*** Begin section ***

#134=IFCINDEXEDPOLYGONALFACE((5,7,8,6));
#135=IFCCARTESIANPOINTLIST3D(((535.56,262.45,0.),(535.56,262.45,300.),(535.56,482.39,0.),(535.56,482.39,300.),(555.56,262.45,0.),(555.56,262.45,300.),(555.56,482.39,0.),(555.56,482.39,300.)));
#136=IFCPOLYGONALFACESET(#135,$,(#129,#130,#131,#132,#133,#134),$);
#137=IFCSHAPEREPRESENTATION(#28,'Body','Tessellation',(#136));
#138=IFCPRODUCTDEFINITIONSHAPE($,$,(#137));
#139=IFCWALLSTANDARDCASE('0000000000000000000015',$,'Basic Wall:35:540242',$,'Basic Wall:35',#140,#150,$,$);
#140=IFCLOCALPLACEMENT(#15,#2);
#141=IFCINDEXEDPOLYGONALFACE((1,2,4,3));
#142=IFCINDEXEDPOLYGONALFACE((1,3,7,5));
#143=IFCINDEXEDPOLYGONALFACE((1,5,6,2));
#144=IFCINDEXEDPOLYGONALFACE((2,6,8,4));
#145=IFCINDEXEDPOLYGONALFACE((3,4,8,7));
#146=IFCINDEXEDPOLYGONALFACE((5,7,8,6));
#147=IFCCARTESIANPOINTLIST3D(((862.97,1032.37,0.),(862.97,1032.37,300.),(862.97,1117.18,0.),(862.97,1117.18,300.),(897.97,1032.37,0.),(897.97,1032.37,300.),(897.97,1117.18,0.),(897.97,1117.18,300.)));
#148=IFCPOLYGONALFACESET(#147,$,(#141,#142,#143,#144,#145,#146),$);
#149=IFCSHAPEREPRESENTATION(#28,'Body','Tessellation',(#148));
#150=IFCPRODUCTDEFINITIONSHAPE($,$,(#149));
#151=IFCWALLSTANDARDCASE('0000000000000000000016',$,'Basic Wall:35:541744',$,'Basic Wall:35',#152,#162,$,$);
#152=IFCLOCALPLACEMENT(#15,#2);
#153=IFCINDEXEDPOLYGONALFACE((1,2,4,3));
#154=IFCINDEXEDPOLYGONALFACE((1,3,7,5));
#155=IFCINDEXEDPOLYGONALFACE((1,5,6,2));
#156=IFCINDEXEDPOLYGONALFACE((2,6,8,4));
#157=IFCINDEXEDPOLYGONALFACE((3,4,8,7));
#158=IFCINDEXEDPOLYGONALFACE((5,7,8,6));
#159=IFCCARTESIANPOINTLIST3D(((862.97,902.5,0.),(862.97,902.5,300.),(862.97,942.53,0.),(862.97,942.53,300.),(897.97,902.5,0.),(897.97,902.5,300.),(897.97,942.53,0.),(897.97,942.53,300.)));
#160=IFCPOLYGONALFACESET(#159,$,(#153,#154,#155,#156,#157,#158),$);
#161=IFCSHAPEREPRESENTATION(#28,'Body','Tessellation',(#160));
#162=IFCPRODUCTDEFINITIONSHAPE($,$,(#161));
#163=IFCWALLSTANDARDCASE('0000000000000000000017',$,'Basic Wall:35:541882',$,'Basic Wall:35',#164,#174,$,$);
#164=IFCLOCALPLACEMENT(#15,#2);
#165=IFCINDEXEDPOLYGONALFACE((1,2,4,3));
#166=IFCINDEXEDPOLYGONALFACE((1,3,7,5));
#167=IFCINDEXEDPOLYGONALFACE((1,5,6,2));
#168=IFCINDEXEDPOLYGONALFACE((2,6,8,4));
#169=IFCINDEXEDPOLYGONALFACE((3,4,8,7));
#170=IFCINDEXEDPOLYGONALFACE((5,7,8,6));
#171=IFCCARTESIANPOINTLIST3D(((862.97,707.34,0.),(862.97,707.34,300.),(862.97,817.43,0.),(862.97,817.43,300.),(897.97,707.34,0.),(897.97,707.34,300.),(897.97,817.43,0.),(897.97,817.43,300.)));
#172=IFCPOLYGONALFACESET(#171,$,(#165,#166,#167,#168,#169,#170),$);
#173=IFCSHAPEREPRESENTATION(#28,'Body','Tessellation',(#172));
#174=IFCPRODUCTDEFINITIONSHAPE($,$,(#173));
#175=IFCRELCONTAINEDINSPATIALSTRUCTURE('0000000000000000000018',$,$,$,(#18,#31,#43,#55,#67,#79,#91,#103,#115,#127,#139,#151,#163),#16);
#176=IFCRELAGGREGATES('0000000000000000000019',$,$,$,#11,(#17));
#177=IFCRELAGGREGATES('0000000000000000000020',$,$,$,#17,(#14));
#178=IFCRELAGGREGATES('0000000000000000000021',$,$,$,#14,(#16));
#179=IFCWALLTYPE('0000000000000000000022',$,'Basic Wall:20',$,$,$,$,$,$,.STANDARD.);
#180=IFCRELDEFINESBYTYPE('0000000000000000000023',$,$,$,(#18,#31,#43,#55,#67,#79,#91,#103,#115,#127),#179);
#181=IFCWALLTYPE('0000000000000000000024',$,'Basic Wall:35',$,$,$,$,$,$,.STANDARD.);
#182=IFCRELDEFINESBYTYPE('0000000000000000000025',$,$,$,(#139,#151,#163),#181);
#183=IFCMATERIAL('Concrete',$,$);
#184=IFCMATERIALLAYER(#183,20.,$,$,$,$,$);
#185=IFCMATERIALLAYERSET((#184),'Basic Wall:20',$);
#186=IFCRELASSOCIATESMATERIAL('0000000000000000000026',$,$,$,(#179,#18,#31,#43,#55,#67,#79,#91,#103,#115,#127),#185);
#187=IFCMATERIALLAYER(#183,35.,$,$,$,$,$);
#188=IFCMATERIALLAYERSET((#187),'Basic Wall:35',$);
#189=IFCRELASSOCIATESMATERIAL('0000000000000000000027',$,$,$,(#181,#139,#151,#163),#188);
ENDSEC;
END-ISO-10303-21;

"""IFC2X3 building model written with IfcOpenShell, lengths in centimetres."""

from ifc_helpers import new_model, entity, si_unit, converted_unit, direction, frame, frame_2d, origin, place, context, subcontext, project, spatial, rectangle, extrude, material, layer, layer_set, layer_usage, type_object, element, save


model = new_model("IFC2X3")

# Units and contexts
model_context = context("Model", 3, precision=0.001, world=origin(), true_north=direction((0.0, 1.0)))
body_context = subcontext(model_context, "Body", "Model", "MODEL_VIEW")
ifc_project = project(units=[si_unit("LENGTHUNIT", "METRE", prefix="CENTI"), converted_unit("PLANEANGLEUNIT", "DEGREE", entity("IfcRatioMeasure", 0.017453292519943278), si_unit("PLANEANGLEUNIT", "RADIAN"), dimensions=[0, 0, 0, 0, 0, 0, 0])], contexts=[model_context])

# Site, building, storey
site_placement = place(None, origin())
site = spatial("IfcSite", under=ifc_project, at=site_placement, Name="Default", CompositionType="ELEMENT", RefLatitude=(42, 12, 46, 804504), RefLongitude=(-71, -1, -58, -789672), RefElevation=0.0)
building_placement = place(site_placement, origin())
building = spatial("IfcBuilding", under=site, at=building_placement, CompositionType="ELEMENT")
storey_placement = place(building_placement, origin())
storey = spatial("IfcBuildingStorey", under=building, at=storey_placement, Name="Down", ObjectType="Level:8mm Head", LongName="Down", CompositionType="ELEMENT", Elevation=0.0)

*** End section ***

Show all of the lines above in which "IFCWALLTYPE" is present.

• _Result of this exercise_
#179=IFCWALLTYPE('0000000000000000000022',$,'Basic Wall:20',$,$,$,$,$,$,.STANDARD.);
#181=IFCWALLTYPE('0000000000000000000024',$,'Basic Wall:35',$,$,$,$,$,$,.STANDARD.);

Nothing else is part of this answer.